■ Directions for this task
Every line below that carries the word "carry" needs to be copied.

■ Records for the exercise
◆ ◆ ◆ ◆ ◆ ◆ ◆
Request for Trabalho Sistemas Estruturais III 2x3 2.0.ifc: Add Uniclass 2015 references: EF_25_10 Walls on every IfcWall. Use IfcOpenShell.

First a look at what the model holds.

```python
import ifcopenshell

model = ifcopenshell.open("Trabalho Sistemas Estruturais III 2x3 2.0.ifc")
print(model.schema)
print("classifications:", [c.Name for c in model.by_type("IfcClassification")])
for ifc_class in ("IfcDoor", "IfcRoof", "IfcStair", "IfcWall", "IfcWindow"):
    print(ifc_class, len(model.by_type(ifc_class)))
```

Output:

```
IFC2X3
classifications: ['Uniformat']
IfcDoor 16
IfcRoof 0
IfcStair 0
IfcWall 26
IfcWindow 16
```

```python
import ifcopenshell
import ifcopenshell.api.classification

model = ifcopenshell.open("Trabalho Sistemas Estruturais III 2x3 2.0.ifc")

# IFC2X3 requires Source and Edition and has no link from the project to the system.
system = model.create_entity("IfcClassification", Source="NBS", Edition="2015", Name="Uniclass 2015")

codes = {
    "IfcWall": ("EF_25_10", "Walls"),
}
for ifc_class, (code, name) in codes.items():
    products = model.by_type(ifc_class)
    ifcopenshell.api.classification.add_reference(
        model, products=products, classification=system, identification=code, name=name
    )
    print(code, len(products))

model.write("Trabalho Sistemas Estruturais III 2x3 2.0_v2.ifc")
```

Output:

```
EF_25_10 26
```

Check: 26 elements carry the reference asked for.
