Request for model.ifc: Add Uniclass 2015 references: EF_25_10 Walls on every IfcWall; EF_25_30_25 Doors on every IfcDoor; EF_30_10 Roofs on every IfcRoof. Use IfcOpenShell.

First a look at what the model holds.

```python
import ifcopenshell

model = ifcopenshell.open("model.ifc")
print(model.schema)
print("classifications:", [c.Name for c in model.by_type("IfcClassification")])
for ifc_class in ("IfcDoor", "IfcRoof", "IfcStair", "IfcWall", "IfcWindow"):
    print(ifc_class, len(model.by_type(ifc_class)))
```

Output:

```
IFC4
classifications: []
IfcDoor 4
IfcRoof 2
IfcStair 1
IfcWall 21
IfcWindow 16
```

```python
import ifcopenshell
import ifcopenshell.api.classification

model = ifcopenshell.open("model.ifc")

system = ifcopenshell.api.classification.add_classification(model, classification="Uniclass 2015")

codes = {
    "IfcWall": ("EF_25_10", "Walls"),
    "IfcDoor": ("EF_25_30_25", "Doors"),
    "IfcRoof": ("EF_30_10", "Roofs"),
}
for ifc_class, (code, name) in codes.items():
    products = model.by_type(ifc_class)
    ifcopenshell.api.classification.add_reference(
        model, products=products, classification=system, identification=code, name=name
    )
    print(code, len(products))

model.write("model-out.ifc")
```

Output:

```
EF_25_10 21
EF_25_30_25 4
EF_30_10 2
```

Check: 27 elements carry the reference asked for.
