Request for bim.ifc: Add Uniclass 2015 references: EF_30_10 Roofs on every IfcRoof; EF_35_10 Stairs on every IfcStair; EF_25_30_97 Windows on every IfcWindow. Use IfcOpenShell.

First a look at what the model holds.

```python
import ifcopenshell

model = ifcopenshell.open("bim.ifc")
print(model.schema)
print("classifications:", [c.Name for c in model.by_type("IfcClassification")])
for ifc_class in ("IfcDoor", "IfcRoof", "IfcStair", "IfcWall", "IfcWindow"):
    print(ifc_class, len(model.by_type(ifc_class)))
```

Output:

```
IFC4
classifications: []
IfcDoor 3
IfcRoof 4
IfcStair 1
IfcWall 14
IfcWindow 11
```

```python
import ifcopenshell
import ifcopenshell.api.classification

model = ifcopenshell.open("bim.ifc")

system = ifcopenshell.api.classification.add_classification(model, classification="Uniclass 2015")

codes = {
    "IfcRoof": ("EF_30_10", "Roofs"),
    "IfcStair": ("EF_35_10", "Stairs"),
    "IfcWindow": ("EF_25_30_97", "Windows"),
}
for ifc_class, (code, name) in codes.items():
    products = model.by_type(ifc_class)
    ifcopenshell.api.classification.add_reference(
        model, products=products, classification=system, identification=code, name=name
    )
    print(code, len(products))

model.write("bim_v2.ifc")
```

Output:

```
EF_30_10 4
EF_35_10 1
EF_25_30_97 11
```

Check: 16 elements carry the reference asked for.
◆ ◆ ◆ ◆ ◆ ◆ ◆
■ Exercise output
Check: 26 elements carry the reference asked for.
Check: 27 elements carry the reference asked for.
Check: 16 elements carry the reference asked for.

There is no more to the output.